Оскольцеву отчего-то казалось предательством показать на Гуденброка, но он понимал, что неподвижно стоять — еще хуже. И он показал на него.
— Щас, — со злорадным предвкушением проговорил Крюков. Он положил вонючую грубую пятерню Оскольцеву на лицо и с силой толкнул его. Оскольцев не удержался и рухнул на пол.
— Господи, зачем вы, — страдальчески посмотрел на него Гуденброк. — К чему…
Все молчали. Через четверть часа по коридору протопал Крюков.
— Больной, с вещами на выход! — радостно проорал он. — Ступай, враз вылечим!
Вечером этого дня Оскольцев впервые потерял сознание. Он очнулся от того, что Соловьев бил его по щекам и дул в лицо.
— Слава Богу, жив, — произнес он. — Милый, не убивайтесь вы… Вас никто не винит!
— Он не вернулся? — прошептал Оскольцев. Соловьев покачал головой.
— После вашего столь внезапного бегства, — непрестанно жестикулируя и бросая на Таню восхищенные взгляды, рассказывал Маринелли в корчме «У Селима», — после вашего столь объяснимого теперь бегства мы с Ростиславом тоже не виделись. В отличие от вас пленная прелестница не ожидала нас в Крыму. (Он так и выразился — «captured beauty»; Таня хихикнула.

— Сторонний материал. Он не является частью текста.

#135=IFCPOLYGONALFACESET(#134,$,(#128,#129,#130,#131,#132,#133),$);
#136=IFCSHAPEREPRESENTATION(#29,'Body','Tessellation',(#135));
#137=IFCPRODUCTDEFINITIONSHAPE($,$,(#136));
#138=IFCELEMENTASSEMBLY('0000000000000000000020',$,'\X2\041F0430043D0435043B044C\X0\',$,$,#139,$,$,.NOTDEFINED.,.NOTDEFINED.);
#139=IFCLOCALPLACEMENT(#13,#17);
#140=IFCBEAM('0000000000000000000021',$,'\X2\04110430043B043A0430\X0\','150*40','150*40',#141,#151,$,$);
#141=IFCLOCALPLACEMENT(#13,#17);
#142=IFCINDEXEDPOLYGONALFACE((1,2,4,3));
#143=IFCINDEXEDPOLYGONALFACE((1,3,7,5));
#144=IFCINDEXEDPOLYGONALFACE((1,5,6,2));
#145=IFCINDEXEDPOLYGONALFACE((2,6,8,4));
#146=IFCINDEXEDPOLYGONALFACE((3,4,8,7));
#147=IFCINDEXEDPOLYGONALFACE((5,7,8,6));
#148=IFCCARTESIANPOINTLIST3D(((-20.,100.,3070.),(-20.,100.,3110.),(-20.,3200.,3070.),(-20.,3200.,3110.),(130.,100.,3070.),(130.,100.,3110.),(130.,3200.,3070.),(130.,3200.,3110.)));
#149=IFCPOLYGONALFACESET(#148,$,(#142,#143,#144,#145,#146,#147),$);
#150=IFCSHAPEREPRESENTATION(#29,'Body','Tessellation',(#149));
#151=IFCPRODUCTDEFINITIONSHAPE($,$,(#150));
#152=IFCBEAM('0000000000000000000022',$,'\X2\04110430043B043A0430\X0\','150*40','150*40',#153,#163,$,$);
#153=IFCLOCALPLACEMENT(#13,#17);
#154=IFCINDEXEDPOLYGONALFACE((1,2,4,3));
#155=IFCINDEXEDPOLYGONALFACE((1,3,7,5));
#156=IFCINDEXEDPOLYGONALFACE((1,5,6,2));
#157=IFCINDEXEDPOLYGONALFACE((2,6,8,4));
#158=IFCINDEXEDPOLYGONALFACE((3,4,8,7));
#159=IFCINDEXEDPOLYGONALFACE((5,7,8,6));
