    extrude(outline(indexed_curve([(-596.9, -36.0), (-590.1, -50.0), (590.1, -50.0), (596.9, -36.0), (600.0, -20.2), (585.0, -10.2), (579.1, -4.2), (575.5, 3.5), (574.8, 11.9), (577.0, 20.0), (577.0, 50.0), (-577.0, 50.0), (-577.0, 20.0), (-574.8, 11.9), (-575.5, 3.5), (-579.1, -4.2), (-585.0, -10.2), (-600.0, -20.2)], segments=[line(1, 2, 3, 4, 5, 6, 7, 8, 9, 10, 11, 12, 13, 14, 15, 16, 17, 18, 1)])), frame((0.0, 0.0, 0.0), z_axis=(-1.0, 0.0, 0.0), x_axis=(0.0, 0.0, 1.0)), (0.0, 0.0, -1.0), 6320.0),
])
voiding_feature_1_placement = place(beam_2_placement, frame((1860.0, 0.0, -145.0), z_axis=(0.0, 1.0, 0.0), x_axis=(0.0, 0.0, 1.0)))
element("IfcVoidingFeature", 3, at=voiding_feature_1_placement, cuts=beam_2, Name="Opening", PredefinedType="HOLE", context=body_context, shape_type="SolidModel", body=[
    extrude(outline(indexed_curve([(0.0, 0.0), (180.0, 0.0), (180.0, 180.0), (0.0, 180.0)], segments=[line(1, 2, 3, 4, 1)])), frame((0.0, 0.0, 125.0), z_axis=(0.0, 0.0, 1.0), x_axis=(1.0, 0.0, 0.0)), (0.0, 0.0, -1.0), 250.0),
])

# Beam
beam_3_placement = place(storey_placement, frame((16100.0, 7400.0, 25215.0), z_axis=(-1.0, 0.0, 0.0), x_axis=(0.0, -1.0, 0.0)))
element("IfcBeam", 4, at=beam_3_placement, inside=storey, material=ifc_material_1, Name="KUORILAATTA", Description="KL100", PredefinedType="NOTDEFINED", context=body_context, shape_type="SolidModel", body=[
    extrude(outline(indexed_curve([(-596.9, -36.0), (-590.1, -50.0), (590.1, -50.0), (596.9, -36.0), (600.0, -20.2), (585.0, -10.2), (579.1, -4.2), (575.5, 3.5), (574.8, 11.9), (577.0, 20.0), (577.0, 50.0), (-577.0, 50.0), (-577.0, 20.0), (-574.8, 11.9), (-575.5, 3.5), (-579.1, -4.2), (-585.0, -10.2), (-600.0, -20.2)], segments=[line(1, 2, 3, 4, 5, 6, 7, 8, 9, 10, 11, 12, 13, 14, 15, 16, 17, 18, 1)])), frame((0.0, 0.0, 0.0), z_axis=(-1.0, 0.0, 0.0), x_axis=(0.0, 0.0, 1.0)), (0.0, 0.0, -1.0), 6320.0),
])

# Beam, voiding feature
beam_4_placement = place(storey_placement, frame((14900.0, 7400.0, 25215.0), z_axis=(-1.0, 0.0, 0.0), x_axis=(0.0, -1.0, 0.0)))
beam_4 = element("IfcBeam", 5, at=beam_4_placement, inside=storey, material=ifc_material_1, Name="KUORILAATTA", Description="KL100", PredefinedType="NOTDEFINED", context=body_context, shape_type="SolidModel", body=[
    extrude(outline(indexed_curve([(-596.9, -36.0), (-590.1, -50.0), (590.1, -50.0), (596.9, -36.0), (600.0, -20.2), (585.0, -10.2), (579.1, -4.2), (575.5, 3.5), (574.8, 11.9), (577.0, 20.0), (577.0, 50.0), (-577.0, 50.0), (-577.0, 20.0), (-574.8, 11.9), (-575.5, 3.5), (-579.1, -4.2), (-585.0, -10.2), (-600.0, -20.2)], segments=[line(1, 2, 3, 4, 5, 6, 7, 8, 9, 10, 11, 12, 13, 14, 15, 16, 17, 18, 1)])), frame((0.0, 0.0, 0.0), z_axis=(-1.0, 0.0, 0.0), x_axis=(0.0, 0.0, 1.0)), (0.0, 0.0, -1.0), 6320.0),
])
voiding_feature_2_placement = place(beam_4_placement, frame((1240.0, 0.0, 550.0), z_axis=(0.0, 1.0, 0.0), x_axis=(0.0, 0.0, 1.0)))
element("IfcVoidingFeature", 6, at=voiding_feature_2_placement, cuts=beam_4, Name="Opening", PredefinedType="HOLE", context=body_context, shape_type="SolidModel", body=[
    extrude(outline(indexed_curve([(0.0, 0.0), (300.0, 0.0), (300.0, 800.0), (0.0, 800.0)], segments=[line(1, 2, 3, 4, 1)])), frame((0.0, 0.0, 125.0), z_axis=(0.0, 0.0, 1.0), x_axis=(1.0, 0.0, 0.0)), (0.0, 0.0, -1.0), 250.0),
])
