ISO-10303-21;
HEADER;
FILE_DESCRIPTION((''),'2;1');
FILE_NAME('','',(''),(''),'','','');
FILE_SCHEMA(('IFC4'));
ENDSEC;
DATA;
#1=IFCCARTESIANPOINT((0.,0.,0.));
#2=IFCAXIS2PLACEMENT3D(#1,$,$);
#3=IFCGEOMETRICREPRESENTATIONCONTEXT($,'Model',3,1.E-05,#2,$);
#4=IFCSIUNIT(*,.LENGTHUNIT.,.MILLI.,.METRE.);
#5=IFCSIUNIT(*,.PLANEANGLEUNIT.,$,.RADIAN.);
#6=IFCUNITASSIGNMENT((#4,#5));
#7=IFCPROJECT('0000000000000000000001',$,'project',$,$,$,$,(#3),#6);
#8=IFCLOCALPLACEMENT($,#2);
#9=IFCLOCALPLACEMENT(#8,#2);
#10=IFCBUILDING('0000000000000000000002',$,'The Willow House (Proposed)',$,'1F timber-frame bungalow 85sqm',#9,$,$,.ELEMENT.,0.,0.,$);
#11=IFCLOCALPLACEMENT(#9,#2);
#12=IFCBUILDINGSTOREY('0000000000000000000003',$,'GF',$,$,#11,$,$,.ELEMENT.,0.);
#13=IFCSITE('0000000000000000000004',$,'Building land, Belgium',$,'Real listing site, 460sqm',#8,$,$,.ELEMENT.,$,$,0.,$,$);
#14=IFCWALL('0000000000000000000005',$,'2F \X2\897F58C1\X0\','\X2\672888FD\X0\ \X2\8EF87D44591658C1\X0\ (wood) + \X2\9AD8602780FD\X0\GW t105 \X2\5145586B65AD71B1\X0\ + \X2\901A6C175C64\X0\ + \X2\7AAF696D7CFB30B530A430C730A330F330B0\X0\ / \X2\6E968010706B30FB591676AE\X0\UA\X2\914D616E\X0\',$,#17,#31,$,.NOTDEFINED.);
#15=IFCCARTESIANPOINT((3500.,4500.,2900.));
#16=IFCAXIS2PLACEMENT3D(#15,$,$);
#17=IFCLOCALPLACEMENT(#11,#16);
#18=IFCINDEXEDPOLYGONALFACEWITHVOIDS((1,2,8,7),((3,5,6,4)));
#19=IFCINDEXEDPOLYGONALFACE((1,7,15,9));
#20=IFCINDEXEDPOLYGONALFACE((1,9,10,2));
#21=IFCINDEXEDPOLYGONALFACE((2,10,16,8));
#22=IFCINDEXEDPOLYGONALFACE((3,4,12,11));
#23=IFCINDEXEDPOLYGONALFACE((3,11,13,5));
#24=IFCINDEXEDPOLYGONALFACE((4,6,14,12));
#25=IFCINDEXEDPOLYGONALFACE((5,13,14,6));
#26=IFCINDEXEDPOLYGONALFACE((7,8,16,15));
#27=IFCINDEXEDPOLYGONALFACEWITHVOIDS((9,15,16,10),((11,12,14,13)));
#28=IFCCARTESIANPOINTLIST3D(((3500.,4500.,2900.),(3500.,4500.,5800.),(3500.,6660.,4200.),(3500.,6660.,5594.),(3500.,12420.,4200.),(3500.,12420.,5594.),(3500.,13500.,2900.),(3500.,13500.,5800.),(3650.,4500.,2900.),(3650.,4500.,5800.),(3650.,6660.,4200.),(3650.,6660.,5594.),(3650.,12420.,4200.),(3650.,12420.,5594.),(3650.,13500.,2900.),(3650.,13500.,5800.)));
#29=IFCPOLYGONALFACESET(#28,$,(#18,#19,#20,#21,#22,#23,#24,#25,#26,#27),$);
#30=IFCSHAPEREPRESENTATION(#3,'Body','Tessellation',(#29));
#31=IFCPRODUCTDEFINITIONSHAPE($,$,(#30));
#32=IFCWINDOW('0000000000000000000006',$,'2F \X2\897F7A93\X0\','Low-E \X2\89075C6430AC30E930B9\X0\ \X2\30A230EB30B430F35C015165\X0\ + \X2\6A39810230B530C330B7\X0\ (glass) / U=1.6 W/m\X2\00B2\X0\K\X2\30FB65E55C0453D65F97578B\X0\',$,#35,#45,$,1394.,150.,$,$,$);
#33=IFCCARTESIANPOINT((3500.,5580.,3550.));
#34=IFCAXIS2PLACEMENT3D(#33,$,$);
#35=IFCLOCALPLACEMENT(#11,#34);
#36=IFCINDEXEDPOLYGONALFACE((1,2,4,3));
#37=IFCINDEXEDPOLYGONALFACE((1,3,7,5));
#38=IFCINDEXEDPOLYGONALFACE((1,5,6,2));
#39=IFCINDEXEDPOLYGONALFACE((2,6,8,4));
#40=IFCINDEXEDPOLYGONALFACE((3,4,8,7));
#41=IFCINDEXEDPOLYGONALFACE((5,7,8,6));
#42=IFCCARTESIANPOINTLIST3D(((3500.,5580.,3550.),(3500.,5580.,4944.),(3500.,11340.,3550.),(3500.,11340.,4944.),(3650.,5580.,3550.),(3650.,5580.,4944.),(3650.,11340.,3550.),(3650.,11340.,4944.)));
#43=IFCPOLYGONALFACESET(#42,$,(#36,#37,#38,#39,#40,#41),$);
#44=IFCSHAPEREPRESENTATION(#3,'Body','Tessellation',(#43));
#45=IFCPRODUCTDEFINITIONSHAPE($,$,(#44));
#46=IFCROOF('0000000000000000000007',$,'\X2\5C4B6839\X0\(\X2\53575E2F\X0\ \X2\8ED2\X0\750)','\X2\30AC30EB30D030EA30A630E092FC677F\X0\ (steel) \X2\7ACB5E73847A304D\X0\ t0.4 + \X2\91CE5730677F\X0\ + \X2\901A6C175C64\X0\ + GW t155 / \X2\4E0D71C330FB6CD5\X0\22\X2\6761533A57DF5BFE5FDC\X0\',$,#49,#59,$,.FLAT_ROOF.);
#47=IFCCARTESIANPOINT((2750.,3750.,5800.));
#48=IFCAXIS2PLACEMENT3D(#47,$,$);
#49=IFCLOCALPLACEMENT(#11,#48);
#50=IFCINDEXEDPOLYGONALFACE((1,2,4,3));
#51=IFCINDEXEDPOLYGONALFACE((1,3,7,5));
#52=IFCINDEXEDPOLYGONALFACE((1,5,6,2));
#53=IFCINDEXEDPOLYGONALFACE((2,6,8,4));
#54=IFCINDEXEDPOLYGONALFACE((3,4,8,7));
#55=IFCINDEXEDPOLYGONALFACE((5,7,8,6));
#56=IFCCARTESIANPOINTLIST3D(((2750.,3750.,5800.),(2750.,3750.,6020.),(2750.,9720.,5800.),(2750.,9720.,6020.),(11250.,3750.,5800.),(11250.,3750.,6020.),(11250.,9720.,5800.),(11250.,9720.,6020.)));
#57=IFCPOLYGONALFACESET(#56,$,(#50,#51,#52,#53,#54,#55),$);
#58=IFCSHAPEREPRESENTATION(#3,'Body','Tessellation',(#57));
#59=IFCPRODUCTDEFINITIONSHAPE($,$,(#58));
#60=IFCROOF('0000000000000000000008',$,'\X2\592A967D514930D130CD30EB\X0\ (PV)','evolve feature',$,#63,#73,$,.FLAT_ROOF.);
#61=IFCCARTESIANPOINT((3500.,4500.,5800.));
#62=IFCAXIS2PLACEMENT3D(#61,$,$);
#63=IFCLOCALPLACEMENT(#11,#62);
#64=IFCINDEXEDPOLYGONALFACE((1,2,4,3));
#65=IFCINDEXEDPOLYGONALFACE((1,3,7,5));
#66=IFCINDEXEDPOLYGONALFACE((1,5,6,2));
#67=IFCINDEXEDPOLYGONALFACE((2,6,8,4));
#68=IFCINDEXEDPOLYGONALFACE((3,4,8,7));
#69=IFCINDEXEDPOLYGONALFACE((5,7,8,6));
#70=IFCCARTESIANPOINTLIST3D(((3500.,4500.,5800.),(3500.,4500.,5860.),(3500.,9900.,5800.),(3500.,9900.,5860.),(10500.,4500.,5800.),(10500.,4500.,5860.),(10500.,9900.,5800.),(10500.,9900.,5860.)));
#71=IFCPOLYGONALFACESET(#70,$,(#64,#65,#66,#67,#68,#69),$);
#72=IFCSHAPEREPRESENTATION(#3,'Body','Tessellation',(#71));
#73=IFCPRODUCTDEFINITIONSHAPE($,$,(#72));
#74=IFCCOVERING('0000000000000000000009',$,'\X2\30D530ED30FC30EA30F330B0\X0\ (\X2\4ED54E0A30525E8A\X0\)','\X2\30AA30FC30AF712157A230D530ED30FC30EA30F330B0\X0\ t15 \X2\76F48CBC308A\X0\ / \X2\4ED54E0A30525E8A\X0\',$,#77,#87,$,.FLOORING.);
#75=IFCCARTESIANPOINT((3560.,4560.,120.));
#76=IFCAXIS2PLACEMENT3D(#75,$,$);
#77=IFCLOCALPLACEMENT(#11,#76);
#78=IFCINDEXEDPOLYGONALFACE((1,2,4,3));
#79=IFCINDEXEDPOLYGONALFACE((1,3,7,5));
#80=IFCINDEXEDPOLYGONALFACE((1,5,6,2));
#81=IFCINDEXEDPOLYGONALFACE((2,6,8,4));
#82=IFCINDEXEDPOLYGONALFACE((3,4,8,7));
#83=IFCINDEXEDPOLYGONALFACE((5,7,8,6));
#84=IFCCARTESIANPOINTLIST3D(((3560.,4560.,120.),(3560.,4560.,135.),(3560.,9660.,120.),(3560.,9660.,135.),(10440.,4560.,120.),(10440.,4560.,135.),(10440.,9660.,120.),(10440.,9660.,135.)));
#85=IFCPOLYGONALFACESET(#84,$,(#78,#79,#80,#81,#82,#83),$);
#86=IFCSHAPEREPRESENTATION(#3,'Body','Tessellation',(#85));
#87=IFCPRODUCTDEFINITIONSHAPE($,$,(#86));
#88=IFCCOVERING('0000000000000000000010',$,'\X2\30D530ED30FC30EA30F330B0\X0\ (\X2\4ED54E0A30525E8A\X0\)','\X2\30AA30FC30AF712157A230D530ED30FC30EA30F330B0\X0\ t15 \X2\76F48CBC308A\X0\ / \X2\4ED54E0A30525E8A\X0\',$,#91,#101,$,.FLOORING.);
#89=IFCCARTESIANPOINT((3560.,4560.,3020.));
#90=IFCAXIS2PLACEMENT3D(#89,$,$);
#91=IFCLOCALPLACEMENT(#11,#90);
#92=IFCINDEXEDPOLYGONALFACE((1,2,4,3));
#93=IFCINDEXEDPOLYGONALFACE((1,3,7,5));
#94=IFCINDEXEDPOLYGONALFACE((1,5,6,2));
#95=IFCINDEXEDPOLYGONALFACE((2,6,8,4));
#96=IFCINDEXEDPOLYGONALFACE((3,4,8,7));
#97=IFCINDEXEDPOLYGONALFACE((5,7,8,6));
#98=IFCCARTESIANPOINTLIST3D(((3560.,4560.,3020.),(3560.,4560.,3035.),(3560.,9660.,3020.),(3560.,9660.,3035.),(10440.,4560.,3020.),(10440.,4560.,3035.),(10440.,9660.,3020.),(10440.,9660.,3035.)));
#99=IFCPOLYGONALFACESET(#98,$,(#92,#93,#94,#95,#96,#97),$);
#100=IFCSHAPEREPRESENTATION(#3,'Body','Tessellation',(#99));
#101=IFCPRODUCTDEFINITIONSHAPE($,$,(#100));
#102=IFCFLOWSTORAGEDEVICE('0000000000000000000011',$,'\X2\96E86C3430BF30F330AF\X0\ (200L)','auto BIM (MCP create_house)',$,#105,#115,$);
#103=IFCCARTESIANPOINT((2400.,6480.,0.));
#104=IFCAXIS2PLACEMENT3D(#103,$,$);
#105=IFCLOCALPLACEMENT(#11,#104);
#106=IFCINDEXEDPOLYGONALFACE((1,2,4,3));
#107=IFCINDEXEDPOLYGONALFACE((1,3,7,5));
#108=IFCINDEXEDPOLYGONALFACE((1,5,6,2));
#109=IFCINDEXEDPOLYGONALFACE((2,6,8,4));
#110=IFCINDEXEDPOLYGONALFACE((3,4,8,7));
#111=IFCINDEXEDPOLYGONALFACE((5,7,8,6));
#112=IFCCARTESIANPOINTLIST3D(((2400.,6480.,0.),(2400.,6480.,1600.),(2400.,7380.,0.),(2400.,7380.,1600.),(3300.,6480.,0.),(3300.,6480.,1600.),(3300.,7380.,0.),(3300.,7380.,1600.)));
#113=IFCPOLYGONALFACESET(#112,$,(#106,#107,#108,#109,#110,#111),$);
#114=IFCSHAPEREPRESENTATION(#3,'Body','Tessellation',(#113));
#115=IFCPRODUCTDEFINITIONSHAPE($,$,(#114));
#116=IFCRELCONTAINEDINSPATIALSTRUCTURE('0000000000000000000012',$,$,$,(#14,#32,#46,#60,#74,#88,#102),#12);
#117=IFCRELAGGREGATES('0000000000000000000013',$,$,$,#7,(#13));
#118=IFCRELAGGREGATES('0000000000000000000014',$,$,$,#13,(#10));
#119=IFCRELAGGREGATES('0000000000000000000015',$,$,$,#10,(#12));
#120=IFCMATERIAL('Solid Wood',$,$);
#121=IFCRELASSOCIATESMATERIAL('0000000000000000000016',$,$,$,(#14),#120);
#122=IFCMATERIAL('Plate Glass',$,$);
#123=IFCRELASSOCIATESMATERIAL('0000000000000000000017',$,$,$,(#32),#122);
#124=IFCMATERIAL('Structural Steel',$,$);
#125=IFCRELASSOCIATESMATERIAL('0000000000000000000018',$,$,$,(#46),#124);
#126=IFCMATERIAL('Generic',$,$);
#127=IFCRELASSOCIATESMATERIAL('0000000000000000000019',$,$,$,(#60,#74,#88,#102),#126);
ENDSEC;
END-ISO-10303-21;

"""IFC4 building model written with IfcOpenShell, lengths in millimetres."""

from ifc_helpers import new_model, si_unit, frame, frame_2d, origin, place, context, project, spatial, rectangle, extrude, material, element, fill, save


model = new_model("IFC4")

# Units and contexts
model_context = context("Model", 3, precision=1e-05, world=origin())
ifc_project = project(units=[si_unit("LENGTHUNIT", "METRE", prefix="MILLI"), si_unit("PLANEANGLEUNIT", "RADIAN")], contexts=[model_context])

# Site, building, storey
site_placement = place(None, origin())
site = spatial("IfcSite", under=ifc_project, at=site_placement, Name="Building land, Belgium", ObjectType="Real listing site, 460sqm", CompositionType="ELEMENT", RefElevation=0.0)
building_placement = place(site_placement, origin())
building = spatial("IfcBuilding", under=site, at=building_placement, Name="The Willow House (Proposed)", ObjectType="1F timber-frame bungalow 85sqm", CompositionType="ELEMENT", ElevationOfRefHeight=0.0, ElevationOfTerrain=0.0)
storey_placement = place(building_placement, origin())
storey = spatial("IfcBuildingStorey", under=building, at=storey_placement, Name="GF", CompositionType="ELEMENT", Elevation=0.0)

# Shared definitions
ifc_material_1 = material(Name="Solid Wood")
ifc_material_2 = material(Name="Generic")

# Shared definitions
ifc_material_3 = material(Name="Plate Glass")

# Wall, opening, window
wall_1_placement = place(storey_placement, frame((3500.0, 4500.0, 2900.0)))
wall_1 = element("IfcWall", 1, at=wall_1_placement, inside=storey, material=ifc_material_1, Name="2F 西壁", Description="木製 軸組外壁 (wood) + 高性能GW t105 充填断熱 + 通気層 + 窯業系サイディング / 準耐火・外皮UA配慮", PredefinedType="NOTDEFINED", context=model_context, shape_type="SweptSolid", body=[
    extrude(rectangle(XDim=150.0, YDim=9000.0, at=frame_2d((75.0, 4500.0))), frame((3500.0, 4500.0, 2900.0)), (0.0, 0.0, 1.0), 2900.0),
])
opening_1_placement = place(storey_placement, frame((3500.0, 5580.0, 3550.0)))
opening_1 = element("IfcOpeningElement", 2, at=opening_1_placement, cuts=wall_1, PredefinedType="NOTDEFINED", context=model_context, shape_type="SweptSolid", body=[
    extrude(rectangle(XDim=150.0, YDim=5760.0, at=frame_2d((75.0, 2880.0))), frame((3500.0, 5580.0, 3550.0)), (0.0, 0.0, 1.0), 1394.0),
])
window_1_placement = place(storey_placement, frame((3500.0, 5580.0, 3550.0)))
window_1 = element("IfcWindow", 3, at=window_1_placement, inside=storey, material=ifc_material_3, Name="2F 西窓", Description="Low-E 複層ガラス アルゴン封入 + 樹脂サッシ (glass) / U=1.6 W/m²K・日射取得型", OverallHeight=1394.0, OverallWidth=150.0, context=model_context, shape_type="SweptSolid", body=[
    extrude(rectangle(XDim=150.0, YDim=5760.0, at=frame_2d((75.0, 2880.0))), frame((3500.0, 5580.0, 3550.0)), (0.0, 0.0, 1.0), 1394.0),
])
fill(opening_1, window_1)

# Roofs
ifc_material_4 = material(Name="Structural Steel")
for number, where, name in (
    (4, (2750.0, 3750.0, 5800.0), "屋根(南帯 軒750)"),
):
    element("IfcRoof", number, at=place(storey_placement, frame(where)), inside=storey, material=ifc_material_4, Name=name, Description="ガルバリウム鋼板 (steel) 立平葺き t0.4 + 野地板 + 通気層 + GW t155 / 不燃・法22条区域対応", PredefinedType="FLAT_ROOF", context=model_context, shape_type="SweptSolid", body=[
        extrude(rectangle(XDim=8500.0, YDim=5970.0, at=frame_2d((4250.0, 2985.0))), frame((2750.0, 3750.0, 5800.0)), (0.0, 0.0, 1.0), 220.0),
    ])
roof_placement = place(storey_placement, frame((3500.0, 4500.0, 5800.0)))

Она смотрела на Маринелли с таким обожанием, что, не будь итальянец так комичен, Ять не на шутку взревновал бы.) Утром я отправился нанимать повозку до Ялты. Благослови Бог Ростислава, уведшего нас от комиссаров! О каком вообще насаждении искусств можно тут говорить, когда у них в руках одно здание в центре города? Никто не знает, чья власть, крестьяне скептичны… о, ни в одной стране мира нет таких скептичных крестьян! Никто не хочет везти в Ялту. Наконец, в одном дворе вижу рыдающего ребенка, показываю ему все, что умею, влюбляю в себя pauvre enfant и с помощью пяти русских слов, которые знаю, умудряюсь растопить лед. Его мать, огромная русская ba-ba, запрягает чахлую лошаденку — и везет меня в телеге; как несчастное животное сдвинуло с места телегу, в которой нас было двое, — не постигаю.